#### [WHAT YOU HAVE TO DO]
Could you copy, exactly as written, every line from the first line of the records through the one containing "#172=IFCRELAGGREGATES('0000000000000000000022',$,$,$,#47,(#49));"?

Top of DATA RECORDS

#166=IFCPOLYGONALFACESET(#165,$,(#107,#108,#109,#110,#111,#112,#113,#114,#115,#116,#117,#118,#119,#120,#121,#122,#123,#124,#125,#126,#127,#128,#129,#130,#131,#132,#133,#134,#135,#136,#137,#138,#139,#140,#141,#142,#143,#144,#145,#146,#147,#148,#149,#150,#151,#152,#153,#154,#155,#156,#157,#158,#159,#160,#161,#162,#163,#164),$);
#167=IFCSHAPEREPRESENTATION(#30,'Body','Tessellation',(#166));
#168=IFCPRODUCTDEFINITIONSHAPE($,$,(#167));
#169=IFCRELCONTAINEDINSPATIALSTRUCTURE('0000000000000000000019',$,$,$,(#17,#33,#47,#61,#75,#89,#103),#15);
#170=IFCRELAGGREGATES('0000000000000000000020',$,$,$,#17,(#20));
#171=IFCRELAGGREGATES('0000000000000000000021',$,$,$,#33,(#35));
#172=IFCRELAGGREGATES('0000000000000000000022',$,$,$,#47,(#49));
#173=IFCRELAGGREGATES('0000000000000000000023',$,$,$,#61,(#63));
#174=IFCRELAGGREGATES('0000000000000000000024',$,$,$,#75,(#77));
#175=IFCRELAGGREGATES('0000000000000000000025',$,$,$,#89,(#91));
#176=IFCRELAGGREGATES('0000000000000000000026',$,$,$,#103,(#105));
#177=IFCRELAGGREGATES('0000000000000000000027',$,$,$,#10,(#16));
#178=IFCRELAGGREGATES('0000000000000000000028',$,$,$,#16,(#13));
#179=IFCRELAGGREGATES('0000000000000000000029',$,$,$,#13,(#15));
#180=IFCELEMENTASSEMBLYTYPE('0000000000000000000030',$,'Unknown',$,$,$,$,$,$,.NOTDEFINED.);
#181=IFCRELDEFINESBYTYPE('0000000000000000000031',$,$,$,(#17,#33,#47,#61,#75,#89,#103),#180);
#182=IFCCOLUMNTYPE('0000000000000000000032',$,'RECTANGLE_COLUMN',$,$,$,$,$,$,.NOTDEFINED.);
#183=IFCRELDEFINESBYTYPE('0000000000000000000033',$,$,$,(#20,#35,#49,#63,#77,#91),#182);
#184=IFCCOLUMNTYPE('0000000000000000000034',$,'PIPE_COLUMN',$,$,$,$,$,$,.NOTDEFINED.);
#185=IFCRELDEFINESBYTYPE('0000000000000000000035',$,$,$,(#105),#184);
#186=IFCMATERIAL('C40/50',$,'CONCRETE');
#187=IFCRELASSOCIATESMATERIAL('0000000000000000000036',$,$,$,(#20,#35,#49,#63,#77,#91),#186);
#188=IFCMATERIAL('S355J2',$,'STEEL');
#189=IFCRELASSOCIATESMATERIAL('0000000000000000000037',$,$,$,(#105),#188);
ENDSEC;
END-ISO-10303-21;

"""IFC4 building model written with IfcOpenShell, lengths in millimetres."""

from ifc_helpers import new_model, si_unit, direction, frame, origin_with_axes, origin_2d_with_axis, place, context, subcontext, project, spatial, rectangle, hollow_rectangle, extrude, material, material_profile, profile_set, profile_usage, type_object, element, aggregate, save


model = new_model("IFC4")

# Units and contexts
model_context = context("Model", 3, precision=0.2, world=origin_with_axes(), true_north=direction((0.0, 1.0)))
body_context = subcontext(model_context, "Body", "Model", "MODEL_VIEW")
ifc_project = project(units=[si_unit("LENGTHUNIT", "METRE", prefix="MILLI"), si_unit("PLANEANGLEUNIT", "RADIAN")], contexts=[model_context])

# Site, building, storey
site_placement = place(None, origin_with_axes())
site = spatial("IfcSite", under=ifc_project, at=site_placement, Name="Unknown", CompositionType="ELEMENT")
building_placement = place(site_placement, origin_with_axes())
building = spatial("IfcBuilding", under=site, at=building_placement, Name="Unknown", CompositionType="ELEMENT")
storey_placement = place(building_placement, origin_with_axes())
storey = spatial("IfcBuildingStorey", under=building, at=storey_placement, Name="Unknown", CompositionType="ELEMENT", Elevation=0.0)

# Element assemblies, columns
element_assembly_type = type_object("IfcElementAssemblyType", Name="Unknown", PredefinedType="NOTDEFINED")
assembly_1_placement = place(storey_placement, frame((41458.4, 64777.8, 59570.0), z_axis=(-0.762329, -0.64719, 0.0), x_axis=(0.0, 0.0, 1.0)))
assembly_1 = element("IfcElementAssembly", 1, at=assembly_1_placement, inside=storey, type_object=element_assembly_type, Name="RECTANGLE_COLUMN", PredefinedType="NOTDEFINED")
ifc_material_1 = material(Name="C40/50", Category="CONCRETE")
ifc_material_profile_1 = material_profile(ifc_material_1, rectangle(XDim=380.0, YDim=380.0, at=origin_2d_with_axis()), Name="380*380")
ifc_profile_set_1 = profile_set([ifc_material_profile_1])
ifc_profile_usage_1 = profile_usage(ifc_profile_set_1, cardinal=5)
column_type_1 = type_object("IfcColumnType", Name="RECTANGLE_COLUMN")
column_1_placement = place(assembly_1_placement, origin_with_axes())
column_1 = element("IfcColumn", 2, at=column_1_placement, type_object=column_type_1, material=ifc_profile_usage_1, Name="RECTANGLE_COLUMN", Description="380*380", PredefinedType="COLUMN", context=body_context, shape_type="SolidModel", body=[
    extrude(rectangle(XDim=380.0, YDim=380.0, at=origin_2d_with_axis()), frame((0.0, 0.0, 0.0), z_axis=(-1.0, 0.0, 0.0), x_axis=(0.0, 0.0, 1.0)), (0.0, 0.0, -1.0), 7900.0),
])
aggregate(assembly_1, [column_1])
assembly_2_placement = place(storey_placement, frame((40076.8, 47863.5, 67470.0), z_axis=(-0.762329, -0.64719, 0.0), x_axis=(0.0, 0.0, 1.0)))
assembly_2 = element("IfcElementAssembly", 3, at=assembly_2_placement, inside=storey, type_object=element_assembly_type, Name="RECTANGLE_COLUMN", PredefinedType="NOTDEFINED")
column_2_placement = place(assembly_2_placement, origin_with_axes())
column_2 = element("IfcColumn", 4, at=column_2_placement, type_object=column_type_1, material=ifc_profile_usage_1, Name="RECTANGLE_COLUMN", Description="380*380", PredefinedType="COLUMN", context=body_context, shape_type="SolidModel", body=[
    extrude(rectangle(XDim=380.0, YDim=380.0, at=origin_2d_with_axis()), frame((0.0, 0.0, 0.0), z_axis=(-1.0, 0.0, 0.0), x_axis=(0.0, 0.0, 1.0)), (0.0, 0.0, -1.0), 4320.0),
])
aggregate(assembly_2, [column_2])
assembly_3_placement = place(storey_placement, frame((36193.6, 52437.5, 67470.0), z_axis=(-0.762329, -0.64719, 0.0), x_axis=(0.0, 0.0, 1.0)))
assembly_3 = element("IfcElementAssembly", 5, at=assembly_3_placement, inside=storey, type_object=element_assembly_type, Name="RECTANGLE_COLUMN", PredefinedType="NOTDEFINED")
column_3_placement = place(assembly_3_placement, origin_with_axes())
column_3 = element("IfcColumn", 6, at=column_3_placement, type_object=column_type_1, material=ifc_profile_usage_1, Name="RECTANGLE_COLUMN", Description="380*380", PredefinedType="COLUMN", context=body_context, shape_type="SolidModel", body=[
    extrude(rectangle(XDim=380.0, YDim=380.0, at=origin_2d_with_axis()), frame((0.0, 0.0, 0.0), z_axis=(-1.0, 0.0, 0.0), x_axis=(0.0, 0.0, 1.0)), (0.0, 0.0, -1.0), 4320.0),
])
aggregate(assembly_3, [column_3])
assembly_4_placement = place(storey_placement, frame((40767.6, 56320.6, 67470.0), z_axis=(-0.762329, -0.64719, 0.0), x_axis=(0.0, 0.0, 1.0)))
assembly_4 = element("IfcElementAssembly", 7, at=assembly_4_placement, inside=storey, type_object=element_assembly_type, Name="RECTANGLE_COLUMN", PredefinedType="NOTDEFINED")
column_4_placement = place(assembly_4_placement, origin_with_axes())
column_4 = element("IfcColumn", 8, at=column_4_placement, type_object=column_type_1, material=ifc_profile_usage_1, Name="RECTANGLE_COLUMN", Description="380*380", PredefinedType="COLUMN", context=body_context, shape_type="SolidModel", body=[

Bottom of DATA RECORDS

#### [SOLUTION]
#166=IFCPOLYGONALFACESET(#165,$,(#107,#108,#109,#110,#111,#112,#113,#114,#115,#116,#117,#118,#119,#120,#121,#122,#123,#124,#125,#126,#127,#128,#129,#130,#131,#132,#133,#134,#135,#136,#137,#138,#139,#140,#141,#142,#143,#144,#145,#146,#147,#148,#149,#150,#151,#152,#153,#154,#155,#156,#157,#158,#159,#160,#161,#162,#163,#164),$);
#167=IFCSHAPEREPRESENTATION(#30,'Body','Tessellation',(#166));
#168=IFCPRODUCTDEFINITIONSHAPE($,$,(#167));
#169=IFCRELCONTAINEDINSPATIALSTRUCTURE('0000000000000000000019',$,$,$,(#17,#33,#47,#61,#75,#89,#103),#15);
#170=IFCRELAGGREGATES('0000000000000000000020',$,$,$,#17,(#20));
#171=IFCRELAGGREGATES('0000000000000000000021',$,$,$,#33,(#35));
#172=IFCRELAGGREGATES('0000000000000000000022',$,$,$,#47,(#49));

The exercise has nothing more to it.